We need more keywords, captain!
Guy Steele
guy.steele at oracle.com
Thu Jan 17 11:23:28 UTC 2019
I am persuaded by your argument. I thought we should consider break-return, but I am now convinced that overall break-with is the better choice.
—Guy
Sent from my iPhone
> On Jan 17, 2019, at 9:45 AM, Remi Forax <forax at univ-mlv.fr> wrote:
>
> I think i prefer break-with,
> the problem of break-return is that people will write it break return without the hyphen, break return is in my opinion too close to return if you read the code too fast and a break return without a value means nothing unlike a regular return.
>
> I like break-with because it's obvious that you have to say with what value you want to break, which is exactly the issue we have with the current break syntax.
>
> So i vote for break-with instead of break,
> as Brian said, the expression switch is currently a preview feature of 12 so we can still tweak the syntax a bit.
>
> Rémi
>
> ----- Mail original -----
>> De: "Guy Steele" <guy.steele at oracle.com>
>> À: "Brian Goetz" <brian.goetz at oracle.com>
>> Cc: "amber-spec-experts" <amber-spec-experts at openjdk.java.net>
>> Envoyé: Mardi 8 Janvier 2019 18:23:36
>> Objet: Re: We need more keywords, captain!
>
>> Actually, even better than `break-with` would be `break-return`. It’s clearly a
>> kind of `break`, and also clearly a kind of `return`.
>>
>> I think maybe this application alone has won me over to the idea of hyphenated
>> keywords.
>>
>> (Then again, for this specific application we don’t even need the hyphen; we
>> could just write `break return v;`.)
>>
>> —Guy
>>
>>> On Jan 8, 2019, at 12:35 PM, Brian Goetz <brian.goetz at oracle.com> wrote:
>>>
>>> When discussing this today at our compiler meeting, we realized a few more
>>> places where the lack of keywords produce distortions we don't even notice.

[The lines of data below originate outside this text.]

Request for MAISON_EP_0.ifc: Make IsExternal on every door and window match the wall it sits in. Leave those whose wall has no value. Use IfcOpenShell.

First a look at what the model holds.

```python
import ifcopenshell
import ifcopenshell.util.element

model = ifcopenshell.open("MAISON_EP_0.ifc")
print(model.schema)
seen = {}
for e in model.by_type("IfcDoor") + model.by_type("IfcWindow"):
    if not e.FillsVoids:
        continue
    host = e.FillsVoids[0].RelatingOpeningElement.VoidsElements[0].RelatingBuildingElement
    own = ifcopenshell.util.element.get_pset(e, f"Pset_{e.is_a()[3:].removesuffix('StandardCase')}Common", "IsExternal")
    wall = ifcopenshell.util.element.get_pset(host, "Pset_WallCommon", "IsExternal")
    seen[e.is_a(), own, wall] = seen.get((e.is_a(), own, wall), 0) + 1
for (cls, own, wall), count in sorted(seen.items(), key=str):
    print(count, cls, "IsExternal:", own, "| host wall:", wall)
```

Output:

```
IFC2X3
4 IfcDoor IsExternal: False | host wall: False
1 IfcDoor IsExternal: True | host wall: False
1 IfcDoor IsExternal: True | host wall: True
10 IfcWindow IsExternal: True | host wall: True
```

```python
import ifcopenshell
import ifcopenshell.api.pset
import ifcopenshell.util.element

model = ifcopenshell.open("MAISON_EP_0.ifc")

count = 0
for ifc_class, pset_name in (("IfcDoor", "Pset_DoorCommon"), ("IfcWindow", "Pset_WindowCommon")):
    for e in model.by_type(ifc_class):
        if not e.FillsVoids:
            continue
        host = e.FillsVoids[0].RelatingOpeningElement.VoidsElements[0].RelatingBuildingElement
        external = ifcopenshell.util.element.get_pset(host, "Pset_WallCommon", "IsExternal")
        if external is None or ifcopenshell.util.element.get_pset(e, pset_name, "IsExternal") == external:
            continue
        pset = ifcopenshell.api.pset.add_pset(model, product=e, name=pset_name)
        ifcopenshell.api.pset.edit_pset(model, pset=pset, properties={"IsExternal": external})
        count += 1

print(count, "updated")

model.write("MAISON_EP_0_rev.ifc")
```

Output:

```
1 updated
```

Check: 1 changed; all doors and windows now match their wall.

In
>>> expression switch, we settled on `break value` as the way to provide a value
>>> for a switch expression when the shorthand (`case L -> e`) doesn't suffice, but
>>> this was painful for everyone. It's painful for users because there's now work
>>> required to disambiguate whether `break foo` is a labeled break or a value
>>> break; it was even more painful to specify, because a new form of abrupt
>>> completion had to be threaded through the spec.
>>>
>>> Being able to call this something like `break-with v` (or some other derived
>>> keyword) would have made this all a lot simpler. (BTW, we can still do this,
>>> since expression-switch is still in preview.)
>>>
>>> Moral of the story: even just a few minutes of brainstorming led us to several
>>> applications of this approach that we hadn't seen a few days ago.
>>>
>>>> On 1/8/2019 10:22 AM, Brian Goetz wrote:
>>>> This document proposes a possible move that will buy us some breathing room in
>>>> the perpetual problem where the keyword-management tail wags the
>>>> programming-model dog.
>>>>
>>>>
>>>> ## We need more keywords, captain!
>>>>
>>>> Java has a fixed set of _keywords_ (JLS 3.9) which are not allowed to
>>>> be used as identifiers. This set has remained quite stable over the
>>>> years (for good reason), with the exceptions of `assert` added in 1.4,
>>>> `enum` added in 5, and `_` added in 9. In addition, there are also
>>>> several _reserved identifiers_ (`true`, `false`, and `null`) which
>>>> behave almost like keywords.
>>>>
>>>> Over time, as the language evolves, language designers face a
>>>> challenge; the set of keywords imagined in version 1.0 are rarely
>>>> suitable for expressing all the things we might ever want our language
>>>> to express. We have several tools at our disposal for addressing this
>>>> problem:
>>>>
>>>> - Eminent domain. Take words that were previously identifiers, and
>>>> turn them into keywords, as we did with `assert` in 1.4.
>>>>
>>>> - Recycle. Repurpose an existing keyword for something that it was
>>>> never really meant for (such as using `default` for annotation
>>>> values or default methods).
>>>>
>>>> - Do without. Find a way to pick a syntax that doesn't require a
>>>> new keyword, such as using `@interface` for annotations instead of
>>>> `annotation` -- or don't do the feature at all.
>>>>
>>>> - Smoke and mirrors. Create the illusion of context-dependent
>>>> keywords through various linguistic heroics (restricted keywords,
>>>> reserved type names.)
>>>>
>>>> In any given situation, all of these options are on the table -- but
>>>> most of the time, none of these options are very good. The lack of
>>>> reasonable options for extending the syntax of the language threatens
>>>> to become a significant impediment to language evolution.
>>>>
>>>> #### Why not "just" make new keywords?
>>>>
>>>> While it may be legal for us to declare `i` to be a keyword in a
>>>> future version of Java, this would likely break every program in the
>>>> world, since `i` is used so commonly as an identifier. (When the
>>>> `assert` keyword was added in 1.4, it broke every testing framework.)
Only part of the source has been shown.